One morning he leaned over and kissed the knuckle of my index finger, which had a small cut from handling clay on set. "Your hand," he said, "is beautiful. Pink at the tips like candy floss."
I laughed. The sound was small and true. "Stop romanticizing my injuries."
"I love your pink fingertips," he said with absolute seriousness, and I believed him because he made them something soft and safe.
We married months later in a small ceremony. My mother cried. Beatrice fussed with my veil. Eloise, my cousin, insisted on dancing like the house would collapse. Jack Oliveira, who'd been at my audition months earlier, gave a small cameo speech—he said something about "the courage to take back a pen."
Years later, when life settled into its gentle daily grooves—simmering soups, shared books, a story told at midnight—I found myself thinking of the press conference and the lights. I did not crave the roar anymore. I craved a hand to hold while small things happened.
"The pink fingertips?" someone teased at a party.
"They remind me of the first time you reached for me," Emilio said, and he kissed my hand like he had at the hospital.
I looked at my hands, at the little crescent of a scar that always stayed pale, and then at him.
"Promise me," he whispered.
"No," I said, and he laughed because he knew I was only teasing.
The world loved the public spectacle, but our life was mostly unremarkable in the best way—folding laundry together, waking early for coffee, stealing kisses between takes. Once, while looking out a window, I imagined my younger self—playing at romancing every face that smiled at her—and I felt a gentle pity.
"You were a wild thing," I told her in my head.
"Now you are a careful thing," the present me answered back.
We never made a show of our happiness. When the cameras pressed in years later for "how did you survive?" I said, "We did what people do: we told the truth and we tended one another."
No universal ending came. Instead, life kept delivering quiet chapters: a baby who liked to grip my finger and then let go, a small person with pink fingertips like sugar, who trusted me with everything.
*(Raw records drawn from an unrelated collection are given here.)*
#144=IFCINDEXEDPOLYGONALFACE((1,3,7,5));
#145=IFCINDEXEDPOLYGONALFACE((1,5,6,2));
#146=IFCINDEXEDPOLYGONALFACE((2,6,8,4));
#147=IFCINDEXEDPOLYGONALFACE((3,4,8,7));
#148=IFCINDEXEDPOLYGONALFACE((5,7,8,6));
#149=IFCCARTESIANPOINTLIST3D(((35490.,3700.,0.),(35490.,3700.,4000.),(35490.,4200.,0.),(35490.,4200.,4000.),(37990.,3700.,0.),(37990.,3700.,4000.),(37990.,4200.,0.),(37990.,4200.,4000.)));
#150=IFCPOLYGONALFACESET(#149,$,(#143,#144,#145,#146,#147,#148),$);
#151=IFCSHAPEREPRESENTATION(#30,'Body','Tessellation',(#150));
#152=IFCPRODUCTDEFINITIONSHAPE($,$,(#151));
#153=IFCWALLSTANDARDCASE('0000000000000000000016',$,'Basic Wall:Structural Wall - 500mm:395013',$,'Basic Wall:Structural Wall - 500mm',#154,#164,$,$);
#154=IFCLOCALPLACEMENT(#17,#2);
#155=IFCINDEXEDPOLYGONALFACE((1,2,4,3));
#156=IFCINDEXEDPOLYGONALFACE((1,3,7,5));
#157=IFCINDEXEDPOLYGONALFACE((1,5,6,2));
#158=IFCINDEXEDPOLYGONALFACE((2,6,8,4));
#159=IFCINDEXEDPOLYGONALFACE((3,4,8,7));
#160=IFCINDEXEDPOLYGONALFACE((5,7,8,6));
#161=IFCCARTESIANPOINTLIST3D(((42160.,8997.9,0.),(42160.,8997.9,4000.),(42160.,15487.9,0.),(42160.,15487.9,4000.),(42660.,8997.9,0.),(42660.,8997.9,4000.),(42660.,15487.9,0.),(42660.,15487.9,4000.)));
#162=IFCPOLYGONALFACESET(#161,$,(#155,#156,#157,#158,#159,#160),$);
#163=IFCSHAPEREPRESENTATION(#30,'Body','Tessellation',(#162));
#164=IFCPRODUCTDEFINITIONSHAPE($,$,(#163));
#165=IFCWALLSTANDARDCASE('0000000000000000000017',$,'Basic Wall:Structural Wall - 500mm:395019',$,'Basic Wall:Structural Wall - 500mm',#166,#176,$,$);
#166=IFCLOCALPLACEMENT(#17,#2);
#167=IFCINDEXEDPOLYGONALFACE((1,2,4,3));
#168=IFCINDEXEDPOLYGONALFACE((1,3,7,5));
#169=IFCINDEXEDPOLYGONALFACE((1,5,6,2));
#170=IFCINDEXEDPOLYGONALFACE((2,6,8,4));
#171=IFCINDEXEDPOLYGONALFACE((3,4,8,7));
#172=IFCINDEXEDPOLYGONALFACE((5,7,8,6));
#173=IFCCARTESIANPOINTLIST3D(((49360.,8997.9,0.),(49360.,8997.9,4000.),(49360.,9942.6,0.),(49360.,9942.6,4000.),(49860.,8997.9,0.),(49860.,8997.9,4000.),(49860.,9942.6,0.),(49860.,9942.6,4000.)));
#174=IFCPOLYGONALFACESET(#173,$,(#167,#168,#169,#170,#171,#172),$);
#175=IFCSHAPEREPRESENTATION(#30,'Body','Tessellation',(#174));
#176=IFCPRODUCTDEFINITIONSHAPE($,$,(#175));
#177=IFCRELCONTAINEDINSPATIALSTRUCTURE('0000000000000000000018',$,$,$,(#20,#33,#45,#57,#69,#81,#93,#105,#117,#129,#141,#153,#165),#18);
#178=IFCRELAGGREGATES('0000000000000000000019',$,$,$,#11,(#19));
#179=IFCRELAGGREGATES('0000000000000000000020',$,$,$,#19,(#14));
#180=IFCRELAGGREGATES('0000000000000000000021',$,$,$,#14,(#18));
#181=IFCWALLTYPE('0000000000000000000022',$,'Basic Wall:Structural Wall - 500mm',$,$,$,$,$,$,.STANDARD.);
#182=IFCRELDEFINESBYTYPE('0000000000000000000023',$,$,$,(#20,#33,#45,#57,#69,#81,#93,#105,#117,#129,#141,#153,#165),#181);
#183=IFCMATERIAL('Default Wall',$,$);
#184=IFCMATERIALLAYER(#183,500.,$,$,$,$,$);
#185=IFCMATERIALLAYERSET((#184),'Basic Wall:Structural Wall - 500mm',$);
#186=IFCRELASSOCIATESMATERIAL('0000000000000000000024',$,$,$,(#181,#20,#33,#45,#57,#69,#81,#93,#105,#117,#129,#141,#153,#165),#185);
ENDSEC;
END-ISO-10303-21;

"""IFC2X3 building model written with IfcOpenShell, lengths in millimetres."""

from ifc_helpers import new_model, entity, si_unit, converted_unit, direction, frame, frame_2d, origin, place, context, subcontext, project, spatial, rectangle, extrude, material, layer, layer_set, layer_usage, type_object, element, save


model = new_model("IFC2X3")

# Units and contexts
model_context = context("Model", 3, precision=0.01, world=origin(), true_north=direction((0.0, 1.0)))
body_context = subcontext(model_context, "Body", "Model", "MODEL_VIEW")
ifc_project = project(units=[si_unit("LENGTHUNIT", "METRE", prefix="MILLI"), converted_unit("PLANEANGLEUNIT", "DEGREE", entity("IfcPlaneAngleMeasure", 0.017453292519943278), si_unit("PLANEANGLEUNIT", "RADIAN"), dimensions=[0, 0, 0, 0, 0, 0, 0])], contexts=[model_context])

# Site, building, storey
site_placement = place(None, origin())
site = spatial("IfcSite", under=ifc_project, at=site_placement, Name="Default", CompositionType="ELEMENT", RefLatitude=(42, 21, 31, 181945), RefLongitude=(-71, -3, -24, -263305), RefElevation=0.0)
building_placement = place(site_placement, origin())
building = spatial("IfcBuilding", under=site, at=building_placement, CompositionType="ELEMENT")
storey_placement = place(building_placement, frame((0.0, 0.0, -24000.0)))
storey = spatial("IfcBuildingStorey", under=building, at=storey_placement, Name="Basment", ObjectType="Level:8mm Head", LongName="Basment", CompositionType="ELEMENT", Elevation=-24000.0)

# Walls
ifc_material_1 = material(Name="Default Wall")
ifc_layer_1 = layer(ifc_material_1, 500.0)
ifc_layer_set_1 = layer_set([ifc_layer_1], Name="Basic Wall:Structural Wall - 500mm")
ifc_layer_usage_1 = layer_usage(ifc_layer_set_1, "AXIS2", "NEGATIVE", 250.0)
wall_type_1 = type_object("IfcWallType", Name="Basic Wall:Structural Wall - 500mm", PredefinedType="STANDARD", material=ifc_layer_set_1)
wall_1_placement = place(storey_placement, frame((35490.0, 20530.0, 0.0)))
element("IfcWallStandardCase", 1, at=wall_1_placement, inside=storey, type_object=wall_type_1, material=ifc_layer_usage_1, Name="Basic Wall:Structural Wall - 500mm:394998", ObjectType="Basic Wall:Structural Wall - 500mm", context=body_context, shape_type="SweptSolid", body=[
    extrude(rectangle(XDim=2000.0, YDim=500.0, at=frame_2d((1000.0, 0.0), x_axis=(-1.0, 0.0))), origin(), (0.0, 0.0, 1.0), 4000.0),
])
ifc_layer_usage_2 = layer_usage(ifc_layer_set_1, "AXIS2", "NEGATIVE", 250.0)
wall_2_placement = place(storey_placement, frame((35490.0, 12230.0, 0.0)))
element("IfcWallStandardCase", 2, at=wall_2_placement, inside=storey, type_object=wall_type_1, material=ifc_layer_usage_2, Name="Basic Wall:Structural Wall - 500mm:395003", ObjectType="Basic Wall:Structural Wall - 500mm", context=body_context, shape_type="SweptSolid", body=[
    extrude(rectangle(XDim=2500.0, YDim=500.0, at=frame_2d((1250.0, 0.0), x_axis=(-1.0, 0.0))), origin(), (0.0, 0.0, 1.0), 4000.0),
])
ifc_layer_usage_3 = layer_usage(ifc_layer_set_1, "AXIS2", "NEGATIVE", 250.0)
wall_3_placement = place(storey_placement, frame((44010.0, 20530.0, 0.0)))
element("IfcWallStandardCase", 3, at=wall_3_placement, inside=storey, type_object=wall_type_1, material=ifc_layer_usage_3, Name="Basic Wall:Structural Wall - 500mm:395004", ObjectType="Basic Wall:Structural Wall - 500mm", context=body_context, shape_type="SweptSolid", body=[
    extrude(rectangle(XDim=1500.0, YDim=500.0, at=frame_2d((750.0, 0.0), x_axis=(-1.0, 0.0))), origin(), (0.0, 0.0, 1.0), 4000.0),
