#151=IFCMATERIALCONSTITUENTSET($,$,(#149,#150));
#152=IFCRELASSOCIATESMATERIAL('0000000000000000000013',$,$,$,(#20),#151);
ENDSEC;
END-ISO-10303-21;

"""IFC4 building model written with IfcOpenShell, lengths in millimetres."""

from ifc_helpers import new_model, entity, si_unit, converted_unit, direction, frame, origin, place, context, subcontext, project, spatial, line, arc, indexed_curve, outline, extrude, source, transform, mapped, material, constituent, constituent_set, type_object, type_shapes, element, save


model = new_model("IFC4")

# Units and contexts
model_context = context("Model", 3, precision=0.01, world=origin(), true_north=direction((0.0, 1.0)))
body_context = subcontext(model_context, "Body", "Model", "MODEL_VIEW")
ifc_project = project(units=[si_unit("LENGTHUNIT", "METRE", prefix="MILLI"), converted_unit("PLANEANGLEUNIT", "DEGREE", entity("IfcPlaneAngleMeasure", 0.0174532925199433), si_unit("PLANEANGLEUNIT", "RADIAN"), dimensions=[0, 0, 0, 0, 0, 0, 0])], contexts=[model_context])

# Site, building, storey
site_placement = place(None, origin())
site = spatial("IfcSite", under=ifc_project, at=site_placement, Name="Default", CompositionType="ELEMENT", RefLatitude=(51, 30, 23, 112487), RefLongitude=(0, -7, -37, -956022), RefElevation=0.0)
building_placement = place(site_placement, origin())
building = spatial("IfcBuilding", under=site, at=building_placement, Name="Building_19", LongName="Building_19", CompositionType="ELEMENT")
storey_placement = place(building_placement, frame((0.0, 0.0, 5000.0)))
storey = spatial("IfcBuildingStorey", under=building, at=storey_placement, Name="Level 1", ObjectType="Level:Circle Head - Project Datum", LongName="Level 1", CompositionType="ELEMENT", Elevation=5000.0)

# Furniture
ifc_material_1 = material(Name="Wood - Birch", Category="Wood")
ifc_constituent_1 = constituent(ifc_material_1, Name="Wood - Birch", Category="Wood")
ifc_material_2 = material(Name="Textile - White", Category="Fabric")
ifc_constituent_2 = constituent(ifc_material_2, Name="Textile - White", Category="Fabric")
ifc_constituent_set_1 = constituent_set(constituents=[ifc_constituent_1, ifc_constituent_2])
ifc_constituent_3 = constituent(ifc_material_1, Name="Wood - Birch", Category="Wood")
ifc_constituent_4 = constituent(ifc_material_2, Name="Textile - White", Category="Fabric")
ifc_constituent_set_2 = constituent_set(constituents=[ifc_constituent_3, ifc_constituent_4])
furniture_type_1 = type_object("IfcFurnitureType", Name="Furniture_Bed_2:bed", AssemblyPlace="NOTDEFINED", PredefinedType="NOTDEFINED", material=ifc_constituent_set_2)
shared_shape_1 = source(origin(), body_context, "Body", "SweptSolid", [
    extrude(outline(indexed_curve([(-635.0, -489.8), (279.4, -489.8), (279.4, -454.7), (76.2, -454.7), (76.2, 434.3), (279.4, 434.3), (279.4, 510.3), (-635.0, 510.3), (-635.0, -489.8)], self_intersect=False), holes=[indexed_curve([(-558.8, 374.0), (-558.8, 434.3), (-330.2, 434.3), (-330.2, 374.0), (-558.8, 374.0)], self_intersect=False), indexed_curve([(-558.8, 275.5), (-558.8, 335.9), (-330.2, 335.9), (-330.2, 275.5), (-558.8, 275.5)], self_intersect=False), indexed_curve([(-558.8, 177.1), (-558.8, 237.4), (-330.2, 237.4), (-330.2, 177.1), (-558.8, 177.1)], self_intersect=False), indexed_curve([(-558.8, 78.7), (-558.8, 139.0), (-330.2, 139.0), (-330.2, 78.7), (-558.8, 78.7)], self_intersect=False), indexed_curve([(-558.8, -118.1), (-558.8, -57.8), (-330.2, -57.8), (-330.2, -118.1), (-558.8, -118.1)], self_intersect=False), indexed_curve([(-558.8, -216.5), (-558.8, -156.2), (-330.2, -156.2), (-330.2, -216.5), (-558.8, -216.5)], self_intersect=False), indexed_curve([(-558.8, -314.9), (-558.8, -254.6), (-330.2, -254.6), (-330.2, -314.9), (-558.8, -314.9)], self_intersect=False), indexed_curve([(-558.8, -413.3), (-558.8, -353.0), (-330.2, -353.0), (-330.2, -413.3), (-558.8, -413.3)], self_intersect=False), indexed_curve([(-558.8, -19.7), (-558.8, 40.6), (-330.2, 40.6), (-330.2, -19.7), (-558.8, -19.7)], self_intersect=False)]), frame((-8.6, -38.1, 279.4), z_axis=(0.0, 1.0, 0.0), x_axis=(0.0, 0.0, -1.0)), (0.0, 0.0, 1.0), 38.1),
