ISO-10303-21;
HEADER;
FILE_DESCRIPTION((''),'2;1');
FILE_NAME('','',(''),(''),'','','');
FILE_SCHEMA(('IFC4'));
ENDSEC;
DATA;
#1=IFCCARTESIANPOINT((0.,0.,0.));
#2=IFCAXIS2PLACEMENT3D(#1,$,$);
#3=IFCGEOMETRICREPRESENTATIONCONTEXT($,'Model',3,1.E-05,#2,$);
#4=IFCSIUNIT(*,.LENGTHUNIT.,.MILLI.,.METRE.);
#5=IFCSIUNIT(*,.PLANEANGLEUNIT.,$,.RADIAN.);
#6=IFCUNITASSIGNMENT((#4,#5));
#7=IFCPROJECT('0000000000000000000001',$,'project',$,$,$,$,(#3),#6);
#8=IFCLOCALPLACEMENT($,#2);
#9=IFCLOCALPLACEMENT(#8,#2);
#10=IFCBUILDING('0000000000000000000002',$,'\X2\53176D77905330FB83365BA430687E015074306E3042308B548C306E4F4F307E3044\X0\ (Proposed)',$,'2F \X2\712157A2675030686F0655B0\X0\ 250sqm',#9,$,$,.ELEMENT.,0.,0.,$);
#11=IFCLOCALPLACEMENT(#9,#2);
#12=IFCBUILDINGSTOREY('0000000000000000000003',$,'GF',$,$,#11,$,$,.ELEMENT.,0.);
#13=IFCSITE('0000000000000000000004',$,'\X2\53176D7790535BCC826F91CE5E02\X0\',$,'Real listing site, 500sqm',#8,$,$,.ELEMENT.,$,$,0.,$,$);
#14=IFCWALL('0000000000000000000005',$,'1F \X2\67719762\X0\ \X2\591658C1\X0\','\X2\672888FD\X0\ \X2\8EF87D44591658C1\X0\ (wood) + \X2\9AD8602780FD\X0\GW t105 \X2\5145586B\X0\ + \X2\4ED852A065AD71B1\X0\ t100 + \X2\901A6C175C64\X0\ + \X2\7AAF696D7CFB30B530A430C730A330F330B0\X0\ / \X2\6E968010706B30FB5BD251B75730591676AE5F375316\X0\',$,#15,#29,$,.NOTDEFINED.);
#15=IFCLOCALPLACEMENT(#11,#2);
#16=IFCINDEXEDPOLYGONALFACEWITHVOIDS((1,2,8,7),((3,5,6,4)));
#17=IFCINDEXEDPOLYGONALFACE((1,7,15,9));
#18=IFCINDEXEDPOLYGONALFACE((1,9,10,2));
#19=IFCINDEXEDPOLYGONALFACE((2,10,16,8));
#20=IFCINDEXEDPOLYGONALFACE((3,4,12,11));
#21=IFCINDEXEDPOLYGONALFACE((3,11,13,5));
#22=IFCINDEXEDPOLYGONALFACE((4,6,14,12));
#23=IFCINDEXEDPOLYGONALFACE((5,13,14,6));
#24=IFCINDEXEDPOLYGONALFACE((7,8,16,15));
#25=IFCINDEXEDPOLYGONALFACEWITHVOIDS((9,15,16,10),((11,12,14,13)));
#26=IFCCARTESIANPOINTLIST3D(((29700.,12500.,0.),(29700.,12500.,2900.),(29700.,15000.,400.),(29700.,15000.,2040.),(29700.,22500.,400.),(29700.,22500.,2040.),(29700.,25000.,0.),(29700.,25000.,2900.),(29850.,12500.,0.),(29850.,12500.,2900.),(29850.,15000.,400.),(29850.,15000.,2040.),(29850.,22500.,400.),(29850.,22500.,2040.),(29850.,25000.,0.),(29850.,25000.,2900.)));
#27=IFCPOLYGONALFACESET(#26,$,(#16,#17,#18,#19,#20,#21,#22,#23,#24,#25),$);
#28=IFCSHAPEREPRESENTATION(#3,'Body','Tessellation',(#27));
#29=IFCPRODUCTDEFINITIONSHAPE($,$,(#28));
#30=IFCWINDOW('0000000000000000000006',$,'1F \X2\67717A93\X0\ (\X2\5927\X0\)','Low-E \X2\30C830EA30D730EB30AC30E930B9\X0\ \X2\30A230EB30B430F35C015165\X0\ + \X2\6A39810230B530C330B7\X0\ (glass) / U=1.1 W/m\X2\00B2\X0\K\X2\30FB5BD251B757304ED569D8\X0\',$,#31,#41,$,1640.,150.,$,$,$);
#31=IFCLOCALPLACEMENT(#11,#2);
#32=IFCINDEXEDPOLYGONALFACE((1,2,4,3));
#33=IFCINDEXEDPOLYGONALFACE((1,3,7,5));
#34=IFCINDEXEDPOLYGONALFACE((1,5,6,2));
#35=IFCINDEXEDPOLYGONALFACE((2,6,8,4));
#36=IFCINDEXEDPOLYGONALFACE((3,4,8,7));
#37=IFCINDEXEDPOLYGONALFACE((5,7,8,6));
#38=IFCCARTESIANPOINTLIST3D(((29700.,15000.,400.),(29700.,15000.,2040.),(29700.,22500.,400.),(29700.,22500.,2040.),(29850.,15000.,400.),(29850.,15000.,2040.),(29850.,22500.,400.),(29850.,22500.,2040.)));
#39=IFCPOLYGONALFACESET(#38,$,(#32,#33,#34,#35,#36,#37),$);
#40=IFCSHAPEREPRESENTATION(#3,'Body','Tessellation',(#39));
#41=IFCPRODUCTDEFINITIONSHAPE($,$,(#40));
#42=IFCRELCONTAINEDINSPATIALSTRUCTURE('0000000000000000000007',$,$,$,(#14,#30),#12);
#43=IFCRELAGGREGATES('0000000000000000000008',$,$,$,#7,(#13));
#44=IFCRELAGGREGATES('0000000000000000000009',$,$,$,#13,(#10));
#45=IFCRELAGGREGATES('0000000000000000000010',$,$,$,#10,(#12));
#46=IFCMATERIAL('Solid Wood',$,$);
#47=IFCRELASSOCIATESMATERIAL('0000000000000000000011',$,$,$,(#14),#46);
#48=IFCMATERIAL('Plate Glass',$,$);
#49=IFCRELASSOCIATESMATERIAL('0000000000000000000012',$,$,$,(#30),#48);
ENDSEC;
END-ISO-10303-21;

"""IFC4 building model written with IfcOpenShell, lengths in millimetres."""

from ifc_helpers import new_model, si_unit, frame, frame_2d, origin, place, context, project, spatial, rectangle, extrude, material, element, fill, save


model = new_model("IFC4")

# Units and contexts
model_context = context("Model", 3, precision=1e-05, world=origin())
ifc_project = project(units=[si_unit("LENGTHUNIT", "METRE", prefix="MILLI"), si_unit("PLANEANGLEUNIT", "RADIAN")], contexts=[model_context])

# Site, building, storey
site_placement = place(None, origin())
site = spatial("IfcSite", under=ifc_project, at=site_placement, Name="北海道富良野市", ObjectType="Real listing site, 500sqm", CompositionType="ELEMENT", RefElevation=0.0)
building_placement = place(site_placement, origin())
building = spatial("IfcBuilding", under=site, at=building_placement, Name="北海道・茶室と縁側のある和の住まい (Proposed)", ObjectType="2F 無垢材と漆喰 250sqm", CompositionType="ELEMENT", ElevationOfRefHeight=0.0, ElevationOfTerrain=0.0)
storey_placement = place(building_placement, origin())
storey = spatial("IfcBuildingStorey", under=building, at=storey_placement, Name="GF", CompositionType="ELEMENT", Elevation=0.0)

# Shared definitions
ifc_material_1 = material(Name="Solid Wood")

# Wall, opening, window
wall_1_placement = place(storey_placement, frame((14850.0, 6250.0, 0.0)))
wall_1 = element("IfcWall", 1, at=wall_1_placement, inside=storey, material=ifc_material_1, Name="1F 東面 外壁", Description="木製 軸組外壁 (wood) + 高性能GW t105 充填 + 付加断熱 t100 + 通気層 + 窯業系サイディング / 準耐火・寒冷地外皮強化", PredefinedType="NOTDEFINED", context=model_context, shape_type="SweptSolid", body=[
    extrude(rectangle(XDim=150.0, YDim=12500.0, at=frame_2d((75.0, 6250.0))), frame((14850.0, 6250.0, 0.0)), (0.0, 0.0, 1.0), 2900.0),
])
opening_1_placement = place(storey_placement, frame((14850.0, 7500.0, 200.0)))
opening_1 = element("IfcOpeningElement", 2, at=opening_1_placement, cuts=wall_1, PredefinedType="NOTDEFINED", context=model_context, shape_type="SweptSolid", body=[
    extrude(rectangle(XDim=150.0, YDim=7500.0, at=frame_2d((75.0, 3750.0))), frame((14850.0, 7500.0, 200.0)), (0.0, 0.0, 1.0), 1640.0),
])
ifc_material_2 = material(Name="Plate Glass")
window_1_placement = place(storey_placement, frame((14850.0, 7500.0, 200.0)))
window_1 = element("IfcWindow", 3, at=window_1_placement, inside=storey, material=ifc_material_2, Name="1F 東窓 (大)", Description="Low-E トリプルガラス アルゴン封入 + 樹脂サッシ (glass) / U=1.1 W/m²K・寒冷地仕様", OverallHeight=1640.0, OverallWidth=150.0, context=model_context, shape_type="SweptSolid", body=[
    extrude(rectangle(XDim=150.0, YDim=7500.0, at=frame_2d((75.0, 3750.0))), frame((14850.0, 7500.0, 200.0)), (0.0, 0.0, 1.0), 1640.0),
])
fill(opening_1, window_1)

save(model, "model.ifc")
On the morning I held that small person and felt the pressure of a tiny hand close across my palm, I thought of the press conference, of money crooked like a snake, of men who believed power could smooth over shame. I thought of Camille—no, Camden—and the way the cameras turned away from him. I felt a satisfaction that was not bitter. It was simply that the world had been set, slightly straighter.
"Are you happy?" Emilio asked that night as we folded a onesie together.
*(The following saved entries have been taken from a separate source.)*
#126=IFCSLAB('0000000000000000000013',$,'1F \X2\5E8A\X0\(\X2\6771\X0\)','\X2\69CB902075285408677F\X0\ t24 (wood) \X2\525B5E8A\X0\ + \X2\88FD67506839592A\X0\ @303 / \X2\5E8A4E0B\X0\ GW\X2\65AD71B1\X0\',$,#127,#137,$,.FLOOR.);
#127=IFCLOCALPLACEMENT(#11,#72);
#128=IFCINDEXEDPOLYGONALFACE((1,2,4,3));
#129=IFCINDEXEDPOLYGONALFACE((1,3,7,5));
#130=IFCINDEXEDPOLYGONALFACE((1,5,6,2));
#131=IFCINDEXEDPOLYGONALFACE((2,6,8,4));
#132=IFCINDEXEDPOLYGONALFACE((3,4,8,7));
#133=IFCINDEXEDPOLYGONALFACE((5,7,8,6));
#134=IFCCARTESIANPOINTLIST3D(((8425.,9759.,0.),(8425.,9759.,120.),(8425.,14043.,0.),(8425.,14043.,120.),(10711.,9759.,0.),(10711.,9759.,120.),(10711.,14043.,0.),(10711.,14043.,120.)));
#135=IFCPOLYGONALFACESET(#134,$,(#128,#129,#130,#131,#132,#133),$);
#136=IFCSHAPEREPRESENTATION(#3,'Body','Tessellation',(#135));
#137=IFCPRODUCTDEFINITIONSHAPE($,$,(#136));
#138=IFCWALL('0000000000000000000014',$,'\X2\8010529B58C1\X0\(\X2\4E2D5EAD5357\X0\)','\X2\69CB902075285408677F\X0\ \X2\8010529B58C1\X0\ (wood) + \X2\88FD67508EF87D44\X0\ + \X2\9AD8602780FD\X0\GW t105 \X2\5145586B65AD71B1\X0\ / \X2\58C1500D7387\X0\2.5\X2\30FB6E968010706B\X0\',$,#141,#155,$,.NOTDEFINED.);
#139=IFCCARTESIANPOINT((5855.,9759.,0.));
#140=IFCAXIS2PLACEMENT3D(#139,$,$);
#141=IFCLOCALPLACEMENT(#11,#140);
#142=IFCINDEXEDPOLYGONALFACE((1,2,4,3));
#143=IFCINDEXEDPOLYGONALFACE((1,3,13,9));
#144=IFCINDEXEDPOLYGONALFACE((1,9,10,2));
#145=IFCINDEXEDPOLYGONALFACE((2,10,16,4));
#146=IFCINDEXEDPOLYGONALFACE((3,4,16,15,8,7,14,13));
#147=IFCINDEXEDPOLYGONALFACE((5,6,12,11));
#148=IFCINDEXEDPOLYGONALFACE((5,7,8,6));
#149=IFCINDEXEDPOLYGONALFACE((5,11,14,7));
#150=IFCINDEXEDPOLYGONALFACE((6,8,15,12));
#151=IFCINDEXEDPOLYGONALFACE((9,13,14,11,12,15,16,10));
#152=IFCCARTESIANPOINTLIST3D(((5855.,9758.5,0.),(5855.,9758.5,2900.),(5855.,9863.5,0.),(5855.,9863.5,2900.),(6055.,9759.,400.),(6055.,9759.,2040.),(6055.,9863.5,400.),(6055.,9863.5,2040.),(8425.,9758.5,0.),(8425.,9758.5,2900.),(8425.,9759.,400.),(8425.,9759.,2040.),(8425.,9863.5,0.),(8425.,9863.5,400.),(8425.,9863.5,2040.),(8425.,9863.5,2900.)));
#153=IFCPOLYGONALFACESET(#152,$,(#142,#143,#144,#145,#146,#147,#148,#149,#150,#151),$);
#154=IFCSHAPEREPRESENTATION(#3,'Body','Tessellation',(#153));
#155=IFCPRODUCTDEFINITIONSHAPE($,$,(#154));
"I am," I answered honestly.
He pressed his forehead to mine and said, "Thank you for not letting them write you out."
I smiled. I thought of the pink fingertips, of a hand that could be used to hurt and the same hand that could cup a sleeping face. I closed my eyes and listened to the baby breathing like a slow, steady drum.
We had played with danger and walked out with our dignity. That felt like a miracle quieter than headlines but larger than the camera lenses had ever shown.